In OCD-related art and media, these colors are utilized in repetitive patterns that reflect repetitive compulsions. Creating shapes or lines exclusively in one hue represents the rigidity in thoughts and behaviors. Variations in light and dark shade illustrate attempts to achieve the “just right” feeling compulsions aim for. Breaking up color blocks conveys errors or imperfections that trigger extreme distress. Keeping shapes uniform and evenly spaced depicts the goal of maintaining a sense of rightness or symmetry. Overall, the stark, orderly contrast of black, white, and grey helps viewers visualize the precise obsessions and compulsions central to OCD.

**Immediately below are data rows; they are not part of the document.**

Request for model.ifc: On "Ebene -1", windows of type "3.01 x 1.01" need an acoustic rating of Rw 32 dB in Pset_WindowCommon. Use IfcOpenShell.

First a look at what the model holds.

```python
import ifcopenshell
import ifcopenshell.util.element

model = ifcopenshell.open("model.ifc")
print(model.schema)
storey = next(s for s in model.by_type("IfcBuildingStorey") if s.Name == "Ebene -1")
windows = [e for e in ifcopenshell.util.element.get_decomposition(storey) if e.is_a("IfcWindow")]
seen = {}
for e in windows:
    element_type = ifcopenshell.util.element.get_type(e)
    key = (element_type.Name if element_type != e and element_type else None, ifcopenshell.util.element.get_pset(e, "Pset_WindowCommon", "AcousticRating"))
    seen[key] = seen.get(key, 0) + 1
for (name, value), count in sorted(seen.items(), key=str):
    print(count, "x", name, "|", value)
```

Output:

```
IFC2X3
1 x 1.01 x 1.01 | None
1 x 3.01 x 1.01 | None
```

```python
import ifcopenshell
import ifcopenshell.api.pset
import ifcopenshell.util.element

model = ifcopenshell.open("model.ifc")

storey = next(s for s in model.by_type("IfcBuildingStorey") if s.Name == "Ebene -1")
windows = [e for e in ifcopenshell.util.element.get_decomposition(storey) if e.is_a("IfcWindow")]

count = 0
for e in windows:
    element_type = ifcopenshell.util.element.get_type(e)
    if element_type in (None, e) or element_type.Name != "3.01 x 1.01":
        continue
    # add_pset returns the element's existing set when there is one.
    pset = ifcopenshell.api.pset.add_pset(model, product=e, name="Pset_WindowCommon")
    ifcopenshell.api.pset.edit_pset(model, pset=pset, properties={"AcousticRating": "Rw 32 dB"})
    count += 1

print(count, "windows updated")

model.write("model-out.ifc")
```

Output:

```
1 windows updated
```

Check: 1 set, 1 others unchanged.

Bipolar disorder impacts around 45 million people worldwide. It involves alternating episodes of mania and depression. The color scheme typically used to represent bipolar disorder is a combination of yellow, grey, and blue. The vibrant pops of yellow depict manic states characterized by high energy, heightened mood, insomnia, and racing thoughts. Grey tones symbolize depressive phases of low motivation, sadness, and lethargy. Blue is used to represent a calm, balanced mood that contrasts with the extremes of mania and depression. The juxtaposition of lively yellow, subdued grey, and tranquil blue visually conveys the complex mood changes central to bipolar disorder.

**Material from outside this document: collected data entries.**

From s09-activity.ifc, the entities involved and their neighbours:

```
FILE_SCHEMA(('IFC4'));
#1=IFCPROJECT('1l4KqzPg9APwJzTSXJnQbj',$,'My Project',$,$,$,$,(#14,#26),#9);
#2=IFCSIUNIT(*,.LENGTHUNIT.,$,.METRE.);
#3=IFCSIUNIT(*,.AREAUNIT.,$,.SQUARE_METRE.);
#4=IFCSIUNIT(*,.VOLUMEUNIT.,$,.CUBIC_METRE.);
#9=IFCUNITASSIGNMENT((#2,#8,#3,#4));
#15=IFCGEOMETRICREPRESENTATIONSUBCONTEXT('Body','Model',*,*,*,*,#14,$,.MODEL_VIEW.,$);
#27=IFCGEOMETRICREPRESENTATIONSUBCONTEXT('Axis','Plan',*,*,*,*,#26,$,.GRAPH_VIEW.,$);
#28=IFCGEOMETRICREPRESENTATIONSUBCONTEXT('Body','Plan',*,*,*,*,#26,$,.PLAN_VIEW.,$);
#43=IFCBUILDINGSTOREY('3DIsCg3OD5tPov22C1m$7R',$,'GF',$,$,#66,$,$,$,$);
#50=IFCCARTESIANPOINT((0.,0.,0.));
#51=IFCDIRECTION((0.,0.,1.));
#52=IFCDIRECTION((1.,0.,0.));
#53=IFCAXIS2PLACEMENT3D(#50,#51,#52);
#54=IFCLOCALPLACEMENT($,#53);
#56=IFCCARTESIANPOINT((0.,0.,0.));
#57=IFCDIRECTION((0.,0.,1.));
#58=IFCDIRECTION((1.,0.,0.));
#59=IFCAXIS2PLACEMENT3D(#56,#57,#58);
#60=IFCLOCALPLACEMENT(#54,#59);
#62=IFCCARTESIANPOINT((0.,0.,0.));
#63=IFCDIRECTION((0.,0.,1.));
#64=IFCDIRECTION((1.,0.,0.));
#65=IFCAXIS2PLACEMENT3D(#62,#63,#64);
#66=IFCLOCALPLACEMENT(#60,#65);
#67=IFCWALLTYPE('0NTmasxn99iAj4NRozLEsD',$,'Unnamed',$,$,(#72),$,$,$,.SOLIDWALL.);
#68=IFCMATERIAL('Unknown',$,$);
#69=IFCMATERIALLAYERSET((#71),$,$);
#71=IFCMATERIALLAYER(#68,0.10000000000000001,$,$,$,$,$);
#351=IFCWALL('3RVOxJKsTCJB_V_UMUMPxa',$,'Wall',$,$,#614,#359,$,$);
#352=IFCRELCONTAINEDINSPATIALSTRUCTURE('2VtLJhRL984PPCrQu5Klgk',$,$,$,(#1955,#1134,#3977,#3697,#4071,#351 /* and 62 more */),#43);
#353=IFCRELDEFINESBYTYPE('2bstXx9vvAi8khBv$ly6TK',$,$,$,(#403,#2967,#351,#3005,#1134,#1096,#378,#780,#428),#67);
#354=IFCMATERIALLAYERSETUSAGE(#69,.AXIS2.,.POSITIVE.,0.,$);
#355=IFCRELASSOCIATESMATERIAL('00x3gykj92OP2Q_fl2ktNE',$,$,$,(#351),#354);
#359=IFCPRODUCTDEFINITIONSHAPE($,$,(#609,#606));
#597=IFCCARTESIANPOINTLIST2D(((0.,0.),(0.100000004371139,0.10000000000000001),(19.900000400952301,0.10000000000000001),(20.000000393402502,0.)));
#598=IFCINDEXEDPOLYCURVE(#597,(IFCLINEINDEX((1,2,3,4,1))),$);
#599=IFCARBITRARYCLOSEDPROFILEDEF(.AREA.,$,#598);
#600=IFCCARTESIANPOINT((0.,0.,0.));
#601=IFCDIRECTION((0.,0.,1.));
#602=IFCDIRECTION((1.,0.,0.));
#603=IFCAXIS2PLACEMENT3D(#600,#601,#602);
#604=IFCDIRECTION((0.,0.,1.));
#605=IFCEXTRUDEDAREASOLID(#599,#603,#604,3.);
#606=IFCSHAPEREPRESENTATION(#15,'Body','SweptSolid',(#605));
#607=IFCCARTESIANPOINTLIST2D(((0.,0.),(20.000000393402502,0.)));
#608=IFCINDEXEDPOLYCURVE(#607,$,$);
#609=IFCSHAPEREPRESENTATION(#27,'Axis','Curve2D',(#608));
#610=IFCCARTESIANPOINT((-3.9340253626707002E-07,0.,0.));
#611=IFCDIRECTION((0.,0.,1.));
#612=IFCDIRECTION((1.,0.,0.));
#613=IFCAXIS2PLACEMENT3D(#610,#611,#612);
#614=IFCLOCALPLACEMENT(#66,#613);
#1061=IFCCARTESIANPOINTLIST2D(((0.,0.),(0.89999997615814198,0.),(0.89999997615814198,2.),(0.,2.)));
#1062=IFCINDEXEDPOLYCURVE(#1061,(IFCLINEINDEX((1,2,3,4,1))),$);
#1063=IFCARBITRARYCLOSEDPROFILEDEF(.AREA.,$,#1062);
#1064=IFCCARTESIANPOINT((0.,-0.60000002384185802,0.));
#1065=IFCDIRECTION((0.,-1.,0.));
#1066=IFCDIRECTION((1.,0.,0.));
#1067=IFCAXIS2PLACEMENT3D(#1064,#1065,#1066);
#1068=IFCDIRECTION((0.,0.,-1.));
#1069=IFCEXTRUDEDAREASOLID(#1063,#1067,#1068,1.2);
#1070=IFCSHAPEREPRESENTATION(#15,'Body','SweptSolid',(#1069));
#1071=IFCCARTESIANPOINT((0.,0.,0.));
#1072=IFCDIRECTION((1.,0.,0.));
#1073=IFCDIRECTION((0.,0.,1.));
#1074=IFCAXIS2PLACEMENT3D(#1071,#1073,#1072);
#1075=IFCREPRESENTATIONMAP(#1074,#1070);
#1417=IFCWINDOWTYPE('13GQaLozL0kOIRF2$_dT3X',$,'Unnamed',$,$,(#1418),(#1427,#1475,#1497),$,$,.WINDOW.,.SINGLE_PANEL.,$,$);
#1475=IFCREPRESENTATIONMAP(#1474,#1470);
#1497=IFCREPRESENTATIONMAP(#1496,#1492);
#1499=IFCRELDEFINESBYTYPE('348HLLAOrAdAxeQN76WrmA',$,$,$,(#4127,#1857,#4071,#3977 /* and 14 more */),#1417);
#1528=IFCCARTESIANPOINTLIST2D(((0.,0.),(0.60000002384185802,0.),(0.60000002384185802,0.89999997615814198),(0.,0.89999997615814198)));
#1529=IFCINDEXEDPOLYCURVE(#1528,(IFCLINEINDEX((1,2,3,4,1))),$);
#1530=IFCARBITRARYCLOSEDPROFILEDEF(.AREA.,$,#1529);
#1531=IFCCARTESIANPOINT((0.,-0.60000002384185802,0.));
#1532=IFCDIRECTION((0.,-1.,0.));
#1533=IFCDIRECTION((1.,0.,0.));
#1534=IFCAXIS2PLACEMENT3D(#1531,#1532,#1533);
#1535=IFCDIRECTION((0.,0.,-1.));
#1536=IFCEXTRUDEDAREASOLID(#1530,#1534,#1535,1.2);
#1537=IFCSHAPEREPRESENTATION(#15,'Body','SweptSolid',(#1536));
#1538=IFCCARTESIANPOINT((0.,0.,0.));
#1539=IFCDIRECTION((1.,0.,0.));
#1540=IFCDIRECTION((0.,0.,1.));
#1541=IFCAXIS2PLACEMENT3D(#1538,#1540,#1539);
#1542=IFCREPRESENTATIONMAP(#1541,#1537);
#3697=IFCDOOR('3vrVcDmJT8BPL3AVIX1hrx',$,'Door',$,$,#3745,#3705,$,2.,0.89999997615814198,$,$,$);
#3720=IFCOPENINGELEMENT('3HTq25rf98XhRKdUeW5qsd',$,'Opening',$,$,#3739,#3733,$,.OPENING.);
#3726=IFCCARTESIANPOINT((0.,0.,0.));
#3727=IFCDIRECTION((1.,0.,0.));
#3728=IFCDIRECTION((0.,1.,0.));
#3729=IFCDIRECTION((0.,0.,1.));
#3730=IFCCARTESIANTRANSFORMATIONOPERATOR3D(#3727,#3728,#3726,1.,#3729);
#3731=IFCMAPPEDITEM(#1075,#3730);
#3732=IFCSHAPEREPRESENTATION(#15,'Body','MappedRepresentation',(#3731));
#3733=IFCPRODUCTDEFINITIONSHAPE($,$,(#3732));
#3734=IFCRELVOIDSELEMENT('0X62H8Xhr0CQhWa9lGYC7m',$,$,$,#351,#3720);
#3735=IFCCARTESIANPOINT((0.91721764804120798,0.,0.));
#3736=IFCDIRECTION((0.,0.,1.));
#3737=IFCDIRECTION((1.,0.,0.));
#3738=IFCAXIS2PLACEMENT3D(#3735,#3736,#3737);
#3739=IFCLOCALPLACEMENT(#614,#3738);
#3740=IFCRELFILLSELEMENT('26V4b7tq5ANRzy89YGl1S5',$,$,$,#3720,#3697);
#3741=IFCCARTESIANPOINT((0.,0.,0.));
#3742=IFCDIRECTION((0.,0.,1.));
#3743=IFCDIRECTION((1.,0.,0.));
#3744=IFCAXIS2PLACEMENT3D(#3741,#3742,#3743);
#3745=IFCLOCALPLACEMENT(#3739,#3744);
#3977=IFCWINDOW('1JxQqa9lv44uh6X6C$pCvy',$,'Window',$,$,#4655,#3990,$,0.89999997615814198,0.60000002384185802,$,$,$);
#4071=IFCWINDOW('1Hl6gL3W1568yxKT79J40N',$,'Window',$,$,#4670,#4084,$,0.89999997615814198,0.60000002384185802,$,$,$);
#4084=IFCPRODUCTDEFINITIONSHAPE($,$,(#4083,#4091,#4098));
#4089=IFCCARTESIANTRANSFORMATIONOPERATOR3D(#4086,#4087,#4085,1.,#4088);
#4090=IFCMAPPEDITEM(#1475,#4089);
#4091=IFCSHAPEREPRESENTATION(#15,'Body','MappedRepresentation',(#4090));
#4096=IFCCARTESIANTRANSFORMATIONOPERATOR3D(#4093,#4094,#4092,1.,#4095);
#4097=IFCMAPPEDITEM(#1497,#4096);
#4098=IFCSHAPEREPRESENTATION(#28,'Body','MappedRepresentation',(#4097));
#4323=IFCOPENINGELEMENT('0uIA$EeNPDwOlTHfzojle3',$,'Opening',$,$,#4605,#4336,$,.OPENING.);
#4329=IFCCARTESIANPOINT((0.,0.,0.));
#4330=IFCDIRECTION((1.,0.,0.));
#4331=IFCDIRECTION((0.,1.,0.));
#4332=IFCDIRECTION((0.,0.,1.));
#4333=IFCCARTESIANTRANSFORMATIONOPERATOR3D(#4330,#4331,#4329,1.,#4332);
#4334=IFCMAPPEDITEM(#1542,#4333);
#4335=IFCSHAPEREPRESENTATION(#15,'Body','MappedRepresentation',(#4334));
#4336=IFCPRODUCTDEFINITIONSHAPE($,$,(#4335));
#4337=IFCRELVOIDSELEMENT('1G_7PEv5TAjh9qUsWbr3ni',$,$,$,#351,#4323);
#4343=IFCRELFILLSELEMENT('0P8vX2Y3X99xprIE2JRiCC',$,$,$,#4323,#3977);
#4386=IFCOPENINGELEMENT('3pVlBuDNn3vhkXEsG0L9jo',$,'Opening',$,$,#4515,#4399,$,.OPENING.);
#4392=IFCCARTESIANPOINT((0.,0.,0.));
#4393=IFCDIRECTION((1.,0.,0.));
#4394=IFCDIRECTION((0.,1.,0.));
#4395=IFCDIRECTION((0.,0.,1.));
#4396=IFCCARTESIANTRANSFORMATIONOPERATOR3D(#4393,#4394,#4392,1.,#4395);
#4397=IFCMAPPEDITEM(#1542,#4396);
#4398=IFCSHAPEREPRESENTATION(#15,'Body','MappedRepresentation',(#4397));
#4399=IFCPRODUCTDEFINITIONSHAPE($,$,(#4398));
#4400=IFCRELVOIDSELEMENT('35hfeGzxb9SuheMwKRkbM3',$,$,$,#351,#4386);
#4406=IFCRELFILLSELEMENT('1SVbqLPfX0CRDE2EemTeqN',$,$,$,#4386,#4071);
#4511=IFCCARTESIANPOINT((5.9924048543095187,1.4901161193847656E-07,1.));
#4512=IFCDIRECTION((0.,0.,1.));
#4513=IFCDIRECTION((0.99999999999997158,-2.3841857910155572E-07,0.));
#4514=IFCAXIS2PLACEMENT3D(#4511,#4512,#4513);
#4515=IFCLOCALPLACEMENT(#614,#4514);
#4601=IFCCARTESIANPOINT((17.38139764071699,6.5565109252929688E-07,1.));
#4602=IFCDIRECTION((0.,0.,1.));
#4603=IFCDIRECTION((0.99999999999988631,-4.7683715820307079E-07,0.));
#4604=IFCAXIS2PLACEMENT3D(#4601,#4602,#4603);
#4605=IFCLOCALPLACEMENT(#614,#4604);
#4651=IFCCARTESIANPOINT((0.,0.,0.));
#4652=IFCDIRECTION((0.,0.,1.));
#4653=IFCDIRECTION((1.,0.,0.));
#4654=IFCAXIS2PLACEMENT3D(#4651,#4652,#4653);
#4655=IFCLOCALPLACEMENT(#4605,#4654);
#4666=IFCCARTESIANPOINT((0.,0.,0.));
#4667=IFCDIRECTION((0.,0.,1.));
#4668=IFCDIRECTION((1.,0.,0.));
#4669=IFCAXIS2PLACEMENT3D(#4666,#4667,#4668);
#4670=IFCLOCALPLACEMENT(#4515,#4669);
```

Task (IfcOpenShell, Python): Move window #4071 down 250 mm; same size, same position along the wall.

```python
import numpy as np
import ifcopenshell
import ifcopenshell.api.geometry
import ifcopenshell.util.placement
import ifcopenshell.util.unit

model = ifcopenshell.open("s09-activity.ifc")
unit_scale = ifcopenshell.util.unit.calculate_unit_scale(model)

window = model.by_id(4071)
opening = window.FillsVoids[0].RelatingOpeningElement
dz = -0.25 / unit_scale

shift = np.array([0.0, 0.0, dz])
# The window is placed relative to its opening, so it follows when the opening moves.
matrix = ifcopenshell.util.placement.get_local_placement(opening.ObjectPlacement)
matrix[:3, 3] += shift
ifcopenshell.api.geometry.edit_object_placement(
    model, product=opening, matrix=matrix, is_si=False, should_transform_children=True
)

print(f"moved by {dz * unit_scale:+.3f} m")

model.write("s09-activity_rev.ifc")
```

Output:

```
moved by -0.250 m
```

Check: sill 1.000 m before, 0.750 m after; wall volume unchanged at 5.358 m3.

These colors are sometimes blended together in swirling circular patterns or wave-like gradients to illustrate the cyclical nature of bipolar disorder. The chaotic mixing of hues depicts the unpredictability of changing mood states. Sudden switches from grey to yellow demonstrate abrupt transitions in mood that can occur. Finding balance between the extremes is represented through combining all three colors into a harmonious blend. Overall, yellow, blue, and grey help create visual representations that parallel the reality of living with bipolar disorder.
Schizophrenia is a complex psychiatric condition that alters perception, thought, and behavior. It affects approximately 20 million individuals globally. The color palette most frequently associated with schizophrenia is a mixture of red, green, and purple. The connection stems largely from the visual distortions and hallucinations that can accompany schizophrenia. The bright hues appear in bizarre combinations and patterns that detach from reality.
The surrealism of these colors attempts to reproduce the externalized view of internal experiences individuals with schizophrenia face. Clashing colors like citrus greens with magenta create jarring contrasts that reflect the sense of overwhelming stimulation schizophrenia can produce. Unnaturally saturated hues illustrate the intensity of psychotic episodes. Fragmented patterns and shapes convey the disorganized thought processes and speech that may arise. While limited in capturing the full complexity of schizophrenia, the odd combinations and altered perceptions of color symbolize some of the key symptoms like hallucinations, delusions, and cognitive dysfunction.
Mental disorders have a complex array of symptoms and impacts that are difficult to fully encapsulate. However, associations between colors and psychiatric conditions provide a visual tool for creating insight and understanding. While these links are hypothetical, the use of color can help express internal states that cannot be directly observed or described. Grey for depression, yellow for anxiety, red for ADHD, black for PTSD, monochrome for OCD, a spectrum for bipolar, and surreal hues for schizophrenia allow others to conceptualize the experiences of those with mental illnesses. The colors offer a representation of disorders that remain invisible despite their significance. While not an exact science, utilizing color to symbolize mental health provides a starting point for appreciating these complex conditions.